John Walker's Electronic House

by on Dec.10, 2004, under The Rest

Right, you’re going to have to squeeze your eyes tight shut if you’re afraid of a bit of a swear.

Below are the lyrics to the King Missile song, It’s Saturday, which until the RIAA and BPI catch me and imprison me for the rest of my unnatural life, is here to STEAL LIKE A PIRATE.

It goes like this:

I want to be different, like everybody else I want to be like.
I want to be just like all the different people.
I have no further interest in being the same,
because I have seen difference all around,
and now I know that that’s what I want.
I don’t want to blend in and be indistinguishable,
I want to be a part of the different crowd,
and assert my individuality along with the others,
who are different like me.
I don’t want to be identical to anyone or anything.
I don’t even want to be identical to myself.
I want to look in the mirror and wonder,
“who is that person?
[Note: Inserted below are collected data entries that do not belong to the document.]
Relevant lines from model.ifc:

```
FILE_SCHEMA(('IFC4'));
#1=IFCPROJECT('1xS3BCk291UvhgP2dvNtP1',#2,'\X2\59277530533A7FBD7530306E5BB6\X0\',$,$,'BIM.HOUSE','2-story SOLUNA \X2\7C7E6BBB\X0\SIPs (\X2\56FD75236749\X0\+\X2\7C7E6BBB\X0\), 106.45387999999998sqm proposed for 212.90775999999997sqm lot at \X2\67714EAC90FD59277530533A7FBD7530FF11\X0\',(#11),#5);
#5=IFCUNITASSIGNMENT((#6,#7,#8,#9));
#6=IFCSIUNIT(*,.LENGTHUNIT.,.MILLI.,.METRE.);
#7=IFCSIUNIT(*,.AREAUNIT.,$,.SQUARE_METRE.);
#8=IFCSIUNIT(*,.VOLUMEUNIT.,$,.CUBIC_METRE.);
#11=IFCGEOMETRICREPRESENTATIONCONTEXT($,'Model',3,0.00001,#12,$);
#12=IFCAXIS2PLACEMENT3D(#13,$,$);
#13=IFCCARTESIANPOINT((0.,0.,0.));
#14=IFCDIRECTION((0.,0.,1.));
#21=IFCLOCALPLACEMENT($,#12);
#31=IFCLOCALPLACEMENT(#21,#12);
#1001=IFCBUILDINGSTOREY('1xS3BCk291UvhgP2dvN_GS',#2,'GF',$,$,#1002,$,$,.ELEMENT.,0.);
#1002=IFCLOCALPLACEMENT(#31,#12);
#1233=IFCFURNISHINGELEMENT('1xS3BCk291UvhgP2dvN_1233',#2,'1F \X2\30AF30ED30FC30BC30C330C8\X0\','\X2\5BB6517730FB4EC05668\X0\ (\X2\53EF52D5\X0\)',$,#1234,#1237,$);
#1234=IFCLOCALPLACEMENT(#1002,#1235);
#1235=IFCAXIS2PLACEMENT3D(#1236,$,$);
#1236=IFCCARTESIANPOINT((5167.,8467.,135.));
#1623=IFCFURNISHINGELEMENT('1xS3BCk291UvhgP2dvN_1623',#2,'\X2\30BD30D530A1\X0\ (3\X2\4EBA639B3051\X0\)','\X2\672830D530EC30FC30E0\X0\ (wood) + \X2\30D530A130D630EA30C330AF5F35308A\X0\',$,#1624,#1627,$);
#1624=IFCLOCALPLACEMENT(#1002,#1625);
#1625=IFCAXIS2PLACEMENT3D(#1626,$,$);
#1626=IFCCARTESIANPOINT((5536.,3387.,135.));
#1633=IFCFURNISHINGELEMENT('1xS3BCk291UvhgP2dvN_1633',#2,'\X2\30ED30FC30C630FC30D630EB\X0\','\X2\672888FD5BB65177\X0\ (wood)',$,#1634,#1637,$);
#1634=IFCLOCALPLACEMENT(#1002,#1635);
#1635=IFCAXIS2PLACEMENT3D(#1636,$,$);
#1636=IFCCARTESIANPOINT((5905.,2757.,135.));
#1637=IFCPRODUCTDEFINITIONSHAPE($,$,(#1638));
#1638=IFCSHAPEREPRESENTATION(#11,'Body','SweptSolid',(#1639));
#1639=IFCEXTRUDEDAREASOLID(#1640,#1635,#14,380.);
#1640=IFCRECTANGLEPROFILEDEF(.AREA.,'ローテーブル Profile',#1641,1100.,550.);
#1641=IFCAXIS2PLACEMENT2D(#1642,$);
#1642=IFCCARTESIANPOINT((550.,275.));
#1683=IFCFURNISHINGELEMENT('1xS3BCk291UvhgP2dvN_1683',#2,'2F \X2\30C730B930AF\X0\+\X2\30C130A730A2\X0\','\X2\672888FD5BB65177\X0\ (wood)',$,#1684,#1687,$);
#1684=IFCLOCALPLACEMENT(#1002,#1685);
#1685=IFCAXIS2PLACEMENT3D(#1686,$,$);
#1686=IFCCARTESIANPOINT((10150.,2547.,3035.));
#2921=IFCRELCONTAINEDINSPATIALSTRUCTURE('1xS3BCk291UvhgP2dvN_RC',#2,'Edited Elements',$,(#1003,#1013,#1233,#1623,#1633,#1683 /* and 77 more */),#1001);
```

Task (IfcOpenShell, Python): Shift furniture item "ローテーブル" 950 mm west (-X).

```python
import ifcopenshell
import ifcopenshell.api.geometry
import ifcopenshell.util.placement
import ifcopenshell.util.unit

model = ifcopenshell.open("model.ifc")
unit_scale = ifcopenshell.util.unit.calculate_unit_scale(model)

item = model.by_guid("1xS3BCk291UvhgP2dvN_1633")
matrix = ifcopenshell.util.placement.get_local_placement(item.ObjectPlacement)
matrix[0, 3] -= 0.95 / unit_scale
ifcopenshell.api.geometry.edit_object_placement(model, product=item, matrix=matrix, is_si=False)

print(ifcopenshell.util.placement.get_local_placement(item.ObjectPlacement).round(3) + 0.0)

model.write("model_v2.ifc")
```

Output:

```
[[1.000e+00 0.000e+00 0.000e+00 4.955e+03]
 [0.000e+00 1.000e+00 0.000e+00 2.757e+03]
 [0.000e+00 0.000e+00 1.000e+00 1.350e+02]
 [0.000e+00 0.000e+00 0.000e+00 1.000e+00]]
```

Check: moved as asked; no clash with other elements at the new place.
I’ve never seen that person before;
I’ve never seen anyone like that before.”
I want to call into question the very idea that
identity can be attached.
I want a floating, shifting, ever changing persona:
Invisibility and obscurity,
detachment from the ego and all of its pursuits.
Unity is useless.
Comformity is competitive and divisive and leads only to
stagnation and death.
If what I’m saying doesn’t make any sense,
that’s because sense can not be made.
It’s something that must be sensed.
And I, for one, am incensed by all this complacency.
Why oppose war only when there’s a war?
Why defend the clinics only when they’re attacked?
Why are we always reactive?
Let’s activate something.
Let’s fuck shit up.
Whatever happened to revolution for the hell of it?
Whatever happened to protesting nothing in particular,
just protesting ’cause it’s Saturday and there’s nothing else to do?